Amazingly, I really haven't had too many problems like that on the bike. I guess it's because I'm constantly drinking water on the bike. There's also the effect of the 'apparent wind' to help keep one cooler than if standing still. But I always watch out for the ones on long rides who are running out of water.
The worst problem I have had in recent memory was on a 4th of July ride from Wally's house one year. We were quite a ways into the ride and Dave L. ran out of water (and was having real difficulty). I still had most of a water bottle left, so I gave him half of what I had left. I won't say that was a mistake - 'cause he really needed it - but it ended up being a lot further to the next place we could get water than any of us had realized. By the time I got there, I'd been out of water for several miles and was suffering. Dave had perked back up after I'd given him some of mine, but was out again at that point, too. Even though we both got plenty of water at that stop, I don't think either of us really recovered all that much from that. It's always harder to rehydrate than to stay hydrated in the first place.

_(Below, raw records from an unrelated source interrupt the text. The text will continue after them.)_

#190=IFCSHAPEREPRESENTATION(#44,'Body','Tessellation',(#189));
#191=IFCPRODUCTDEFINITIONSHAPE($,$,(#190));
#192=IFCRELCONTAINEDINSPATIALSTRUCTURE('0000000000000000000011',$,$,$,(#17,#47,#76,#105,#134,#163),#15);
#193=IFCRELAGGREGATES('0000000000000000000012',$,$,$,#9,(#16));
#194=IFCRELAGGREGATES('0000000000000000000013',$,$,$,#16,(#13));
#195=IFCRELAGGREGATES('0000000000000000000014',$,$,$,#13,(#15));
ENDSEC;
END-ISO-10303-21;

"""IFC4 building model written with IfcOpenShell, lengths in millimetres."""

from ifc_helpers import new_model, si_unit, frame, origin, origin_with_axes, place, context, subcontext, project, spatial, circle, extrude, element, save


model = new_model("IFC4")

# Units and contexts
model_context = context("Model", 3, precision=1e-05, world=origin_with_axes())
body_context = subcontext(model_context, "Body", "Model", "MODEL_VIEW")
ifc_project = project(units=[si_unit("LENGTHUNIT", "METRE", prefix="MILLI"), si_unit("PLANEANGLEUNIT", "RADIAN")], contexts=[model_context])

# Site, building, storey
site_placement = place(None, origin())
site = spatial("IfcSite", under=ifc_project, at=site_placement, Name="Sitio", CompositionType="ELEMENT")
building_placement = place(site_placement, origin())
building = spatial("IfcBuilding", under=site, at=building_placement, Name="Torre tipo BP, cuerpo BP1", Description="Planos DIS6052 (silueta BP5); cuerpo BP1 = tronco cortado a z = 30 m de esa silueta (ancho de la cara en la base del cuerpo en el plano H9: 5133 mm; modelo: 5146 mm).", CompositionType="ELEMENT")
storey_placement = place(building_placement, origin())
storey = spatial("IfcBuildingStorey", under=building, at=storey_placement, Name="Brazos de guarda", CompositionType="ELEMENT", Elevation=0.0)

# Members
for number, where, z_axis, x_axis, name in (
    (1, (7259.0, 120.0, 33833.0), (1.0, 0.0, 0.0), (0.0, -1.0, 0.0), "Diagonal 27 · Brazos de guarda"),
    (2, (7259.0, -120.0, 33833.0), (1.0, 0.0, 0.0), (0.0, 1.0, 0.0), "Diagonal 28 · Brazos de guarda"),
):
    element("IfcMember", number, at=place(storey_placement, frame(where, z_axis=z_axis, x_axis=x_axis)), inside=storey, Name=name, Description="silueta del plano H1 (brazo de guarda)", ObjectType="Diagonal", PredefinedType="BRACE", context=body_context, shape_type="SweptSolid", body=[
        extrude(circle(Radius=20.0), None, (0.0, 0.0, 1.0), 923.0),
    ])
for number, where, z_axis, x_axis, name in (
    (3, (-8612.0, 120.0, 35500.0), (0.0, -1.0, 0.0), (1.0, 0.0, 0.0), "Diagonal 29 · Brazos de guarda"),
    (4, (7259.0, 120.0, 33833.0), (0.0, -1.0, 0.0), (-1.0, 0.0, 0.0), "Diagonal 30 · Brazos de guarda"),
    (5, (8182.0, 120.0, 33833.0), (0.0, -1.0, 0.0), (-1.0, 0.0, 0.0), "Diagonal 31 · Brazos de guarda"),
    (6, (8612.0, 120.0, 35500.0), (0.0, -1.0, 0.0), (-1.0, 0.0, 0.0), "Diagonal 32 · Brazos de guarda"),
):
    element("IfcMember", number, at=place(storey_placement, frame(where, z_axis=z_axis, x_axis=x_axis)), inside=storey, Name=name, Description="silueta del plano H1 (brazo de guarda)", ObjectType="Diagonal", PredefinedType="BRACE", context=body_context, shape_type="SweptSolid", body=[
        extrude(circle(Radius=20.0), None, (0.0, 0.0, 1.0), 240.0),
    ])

So I guess you've figured out the point of this post. Folks, it's hot out there these days, and I mean all over the country. Even if you aren't involved in athletic activity (but especially if you are), DRINK enough water and/or sports-drink to keep yourself out of trouble when you are out in the heat, 'kay? And avoid alcohol and caffeine (yes, I said caffeine) if at all possible, as they affect your body's ability to regulate temperature and shed heat properly.
Do it for me, do it for you.
Wednesday, August 02, 2006
I'm going to try massaging the site over there for another few days, but if they don't get their act together, or at least go back to a 'if it ain't broke, don't fix it' standard of operation (I wish they'd go back to something that was at least mostly functional), I may just see how hard it is to migrate my old posts over here.

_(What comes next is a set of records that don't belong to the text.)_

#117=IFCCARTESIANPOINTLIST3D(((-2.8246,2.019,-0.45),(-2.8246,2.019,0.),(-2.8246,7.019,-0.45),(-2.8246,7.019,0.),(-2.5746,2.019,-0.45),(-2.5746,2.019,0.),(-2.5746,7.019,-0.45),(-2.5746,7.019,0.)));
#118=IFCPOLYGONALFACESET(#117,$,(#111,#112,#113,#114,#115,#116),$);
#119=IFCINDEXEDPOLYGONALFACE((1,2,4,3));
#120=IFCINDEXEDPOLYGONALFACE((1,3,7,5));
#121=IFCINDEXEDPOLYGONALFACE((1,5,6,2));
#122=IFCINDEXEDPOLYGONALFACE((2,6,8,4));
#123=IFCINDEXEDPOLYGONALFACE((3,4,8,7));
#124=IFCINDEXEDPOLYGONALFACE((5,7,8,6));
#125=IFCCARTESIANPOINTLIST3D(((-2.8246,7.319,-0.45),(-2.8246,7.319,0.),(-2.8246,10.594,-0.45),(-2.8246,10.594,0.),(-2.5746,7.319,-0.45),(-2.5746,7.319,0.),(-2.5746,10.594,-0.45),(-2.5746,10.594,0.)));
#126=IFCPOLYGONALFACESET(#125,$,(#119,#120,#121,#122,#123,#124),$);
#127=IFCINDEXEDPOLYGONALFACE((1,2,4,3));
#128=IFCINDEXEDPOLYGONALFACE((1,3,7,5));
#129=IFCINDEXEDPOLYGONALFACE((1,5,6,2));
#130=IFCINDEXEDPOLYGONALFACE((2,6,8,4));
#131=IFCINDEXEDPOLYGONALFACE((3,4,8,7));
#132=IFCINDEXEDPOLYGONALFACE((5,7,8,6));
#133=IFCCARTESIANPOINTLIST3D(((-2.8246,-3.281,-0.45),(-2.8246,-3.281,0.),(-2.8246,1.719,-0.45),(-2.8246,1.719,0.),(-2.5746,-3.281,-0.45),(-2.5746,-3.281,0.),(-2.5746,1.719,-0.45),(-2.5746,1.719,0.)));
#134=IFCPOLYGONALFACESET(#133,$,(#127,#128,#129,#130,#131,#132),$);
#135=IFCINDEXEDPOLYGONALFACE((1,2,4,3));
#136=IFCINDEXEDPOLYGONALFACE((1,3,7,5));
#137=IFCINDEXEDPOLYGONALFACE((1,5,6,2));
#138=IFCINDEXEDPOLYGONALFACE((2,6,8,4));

OK, so, I went to my bike club meeting tonight, though I likely would have blown it off if I could have. Does that sound bad? Yeah? No? Hmm. So, why did I go at all, huh? Well, turns out that I'm the VP this year, and I got a note yesterday from the Pres. (Philippe) saying he couldn't be there at could I cover for him. Well, that kinda is my job, I suppose, so I went and officiated over the meeting.
So, why would I have blown it off (even though I missed last month's meeting)? Well, it's like this. Mrs. Guy leaves for Orlando again tomorrow afternoon. She won't be back again until next Friday. However, I leave on Thursday evening to do a three-day bike tour of the Blue Ridge Parkway. I won't get back until Sunday, and Mrs. Guy leaves again (I think) on that following Monday. Basically, I was getting a lot of grief from Mrs. Guy for even going tonight, but I felt that at least one of us (Philippe or me) should be there.

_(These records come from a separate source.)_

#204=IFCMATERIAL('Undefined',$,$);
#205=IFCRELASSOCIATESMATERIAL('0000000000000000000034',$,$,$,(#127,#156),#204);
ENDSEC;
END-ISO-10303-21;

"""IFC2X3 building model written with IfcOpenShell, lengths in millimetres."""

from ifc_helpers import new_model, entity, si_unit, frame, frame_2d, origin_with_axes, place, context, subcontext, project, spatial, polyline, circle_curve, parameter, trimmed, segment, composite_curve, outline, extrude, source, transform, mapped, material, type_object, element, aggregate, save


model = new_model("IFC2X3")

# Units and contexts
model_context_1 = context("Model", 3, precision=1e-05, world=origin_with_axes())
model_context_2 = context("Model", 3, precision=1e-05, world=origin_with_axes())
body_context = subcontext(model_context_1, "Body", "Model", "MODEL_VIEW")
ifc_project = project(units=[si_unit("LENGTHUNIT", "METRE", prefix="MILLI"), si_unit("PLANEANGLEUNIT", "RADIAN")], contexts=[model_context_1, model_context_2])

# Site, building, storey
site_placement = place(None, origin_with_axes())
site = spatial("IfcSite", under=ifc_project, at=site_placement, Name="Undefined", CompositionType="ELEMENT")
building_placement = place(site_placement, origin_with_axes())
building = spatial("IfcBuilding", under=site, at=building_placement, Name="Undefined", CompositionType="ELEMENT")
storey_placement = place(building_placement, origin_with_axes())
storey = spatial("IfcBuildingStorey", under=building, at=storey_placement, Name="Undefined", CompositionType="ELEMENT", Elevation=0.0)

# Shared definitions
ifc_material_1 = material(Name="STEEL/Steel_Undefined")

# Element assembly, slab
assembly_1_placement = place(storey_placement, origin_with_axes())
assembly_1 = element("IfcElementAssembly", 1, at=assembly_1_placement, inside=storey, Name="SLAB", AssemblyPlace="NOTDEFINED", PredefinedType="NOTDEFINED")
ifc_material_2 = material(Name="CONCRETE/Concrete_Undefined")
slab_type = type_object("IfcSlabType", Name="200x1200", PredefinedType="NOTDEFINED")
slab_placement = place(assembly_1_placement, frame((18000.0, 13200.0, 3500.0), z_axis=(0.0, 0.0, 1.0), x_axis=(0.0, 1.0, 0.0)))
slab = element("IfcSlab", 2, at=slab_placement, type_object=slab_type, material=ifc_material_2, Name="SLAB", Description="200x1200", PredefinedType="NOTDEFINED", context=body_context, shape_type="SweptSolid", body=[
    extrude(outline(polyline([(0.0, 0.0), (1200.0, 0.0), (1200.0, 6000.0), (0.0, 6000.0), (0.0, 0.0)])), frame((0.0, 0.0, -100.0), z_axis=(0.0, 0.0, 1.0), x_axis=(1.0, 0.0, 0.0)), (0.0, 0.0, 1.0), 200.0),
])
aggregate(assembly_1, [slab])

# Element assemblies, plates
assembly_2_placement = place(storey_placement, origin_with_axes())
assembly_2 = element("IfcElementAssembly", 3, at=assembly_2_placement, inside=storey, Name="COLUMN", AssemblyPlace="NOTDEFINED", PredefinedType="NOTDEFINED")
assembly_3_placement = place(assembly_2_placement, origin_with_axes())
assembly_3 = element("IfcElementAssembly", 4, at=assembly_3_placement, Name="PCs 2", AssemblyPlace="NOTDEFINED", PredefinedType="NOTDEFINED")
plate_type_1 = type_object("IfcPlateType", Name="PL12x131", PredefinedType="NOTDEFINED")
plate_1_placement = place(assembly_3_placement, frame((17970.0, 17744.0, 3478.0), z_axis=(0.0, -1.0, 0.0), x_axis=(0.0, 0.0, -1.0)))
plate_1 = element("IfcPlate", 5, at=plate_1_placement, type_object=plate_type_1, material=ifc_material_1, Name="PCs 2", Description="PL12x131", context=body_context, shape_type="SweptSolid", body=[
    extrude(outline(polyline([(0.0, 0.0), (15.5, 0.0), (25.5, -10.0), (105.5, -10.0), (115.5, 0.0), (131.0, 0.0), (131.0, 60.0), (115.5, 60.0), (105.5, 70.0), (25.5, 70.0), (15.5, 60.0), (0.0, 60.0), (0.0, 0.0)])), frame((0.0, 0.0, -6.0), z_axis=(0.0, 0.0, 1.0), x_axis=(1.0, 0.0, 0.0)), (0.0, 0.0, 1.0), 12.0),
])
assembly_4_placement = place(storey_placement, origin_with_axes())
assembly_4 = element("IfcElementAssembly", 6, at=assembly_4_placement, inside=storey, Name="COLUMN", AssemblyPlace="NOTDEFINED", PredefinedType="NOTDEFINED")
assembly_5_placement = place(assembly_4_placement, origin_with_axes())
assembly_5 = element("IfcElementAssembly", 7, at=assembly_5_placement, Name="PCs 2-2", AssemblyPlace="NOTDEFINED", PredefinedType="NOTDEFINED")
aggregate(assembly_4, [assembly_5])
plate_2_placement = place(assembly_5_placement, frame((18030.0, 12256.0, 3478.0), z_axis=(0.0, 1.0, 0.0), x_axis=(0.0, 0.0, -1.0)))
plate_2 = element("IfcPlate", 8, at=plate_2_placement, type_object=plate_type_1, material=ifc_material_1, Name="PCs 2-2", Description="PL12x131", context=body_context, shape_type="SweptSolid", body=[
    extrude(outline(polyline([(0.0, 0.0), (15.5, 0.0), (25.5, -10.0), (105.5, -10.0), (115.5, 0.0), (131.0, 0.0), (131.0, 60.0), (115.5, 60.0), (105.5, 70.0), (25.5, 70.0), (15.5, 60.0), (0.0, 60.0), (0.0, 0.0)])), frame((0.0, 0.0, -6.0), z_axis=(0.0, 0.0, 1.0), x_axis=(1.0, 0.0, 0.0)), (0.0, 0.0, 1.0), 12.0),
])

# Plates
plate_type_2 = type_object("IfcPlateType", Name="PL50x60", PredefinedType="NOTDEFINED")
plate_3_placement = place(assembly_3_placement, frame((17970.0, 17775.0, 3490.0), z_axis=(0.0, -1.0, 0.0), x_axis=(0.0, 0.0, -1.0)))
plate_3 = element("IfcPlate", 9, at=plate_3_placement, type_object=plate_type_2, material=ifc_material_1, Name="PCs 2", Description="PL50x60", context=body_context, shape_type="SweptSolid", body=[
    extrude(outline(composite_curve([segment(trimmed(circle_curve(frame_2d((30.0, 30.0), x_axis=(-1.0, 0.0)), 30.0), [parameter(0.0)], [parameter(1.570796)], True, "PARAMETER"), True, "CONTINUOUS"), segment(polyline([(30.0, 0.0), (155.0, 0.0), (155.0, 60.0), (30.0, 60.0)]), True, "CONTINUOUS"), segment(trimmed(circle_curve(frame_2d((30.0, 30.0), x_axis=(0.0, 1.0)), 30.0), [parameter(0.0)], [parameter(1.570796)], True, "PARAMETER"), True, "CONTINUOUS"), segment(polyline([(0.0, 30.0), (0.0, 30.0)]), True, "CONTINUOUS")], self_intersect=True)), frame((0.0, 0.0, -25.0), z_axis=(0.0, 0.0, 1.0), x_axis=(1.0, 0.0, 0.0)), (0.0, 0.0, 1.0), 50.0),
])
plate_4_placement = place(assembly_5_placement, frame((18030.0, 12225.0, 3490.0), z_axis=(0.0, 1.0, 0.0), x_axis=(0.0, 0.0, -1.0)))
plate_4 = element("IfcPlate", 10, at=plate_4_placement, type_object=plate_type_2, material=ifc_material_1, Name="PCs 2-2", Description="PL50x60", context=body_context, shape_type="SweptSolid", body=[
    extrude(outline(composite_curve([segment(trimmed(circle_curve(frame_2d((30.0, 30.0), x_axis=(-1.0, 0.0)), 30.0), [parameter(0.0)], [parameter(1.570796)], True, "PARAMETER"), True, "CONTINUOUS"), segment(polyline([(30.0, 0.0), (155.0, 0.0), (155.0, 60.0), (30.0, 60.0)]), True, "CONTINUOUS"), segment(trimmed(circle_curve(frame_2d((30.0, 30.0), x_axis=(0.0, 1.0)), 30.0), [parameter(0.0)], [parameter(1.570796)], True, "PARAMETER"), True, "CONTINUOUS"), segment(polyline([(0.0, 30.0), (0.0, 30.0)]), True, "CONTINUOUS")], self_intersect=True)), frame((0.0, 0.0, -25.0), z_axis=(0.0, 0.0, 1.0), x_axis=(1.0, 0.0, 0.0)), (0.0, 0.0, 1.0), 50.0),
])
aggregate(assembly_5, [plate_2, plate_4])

I will say that I ended up leaving before the meeting was entirely over, though. I got through all of the agenda items at least, but I ducked out after opening the floor to open discussion. I hope nothing weird got decided and voted on after I left (like, say, my house will end up being the ride destination for the Labor Day Ride or something). I guess I'll find out eventually.
And no, Wally, you get the Labor Day Ride at your house. Done deal, 'nuff said, and all that.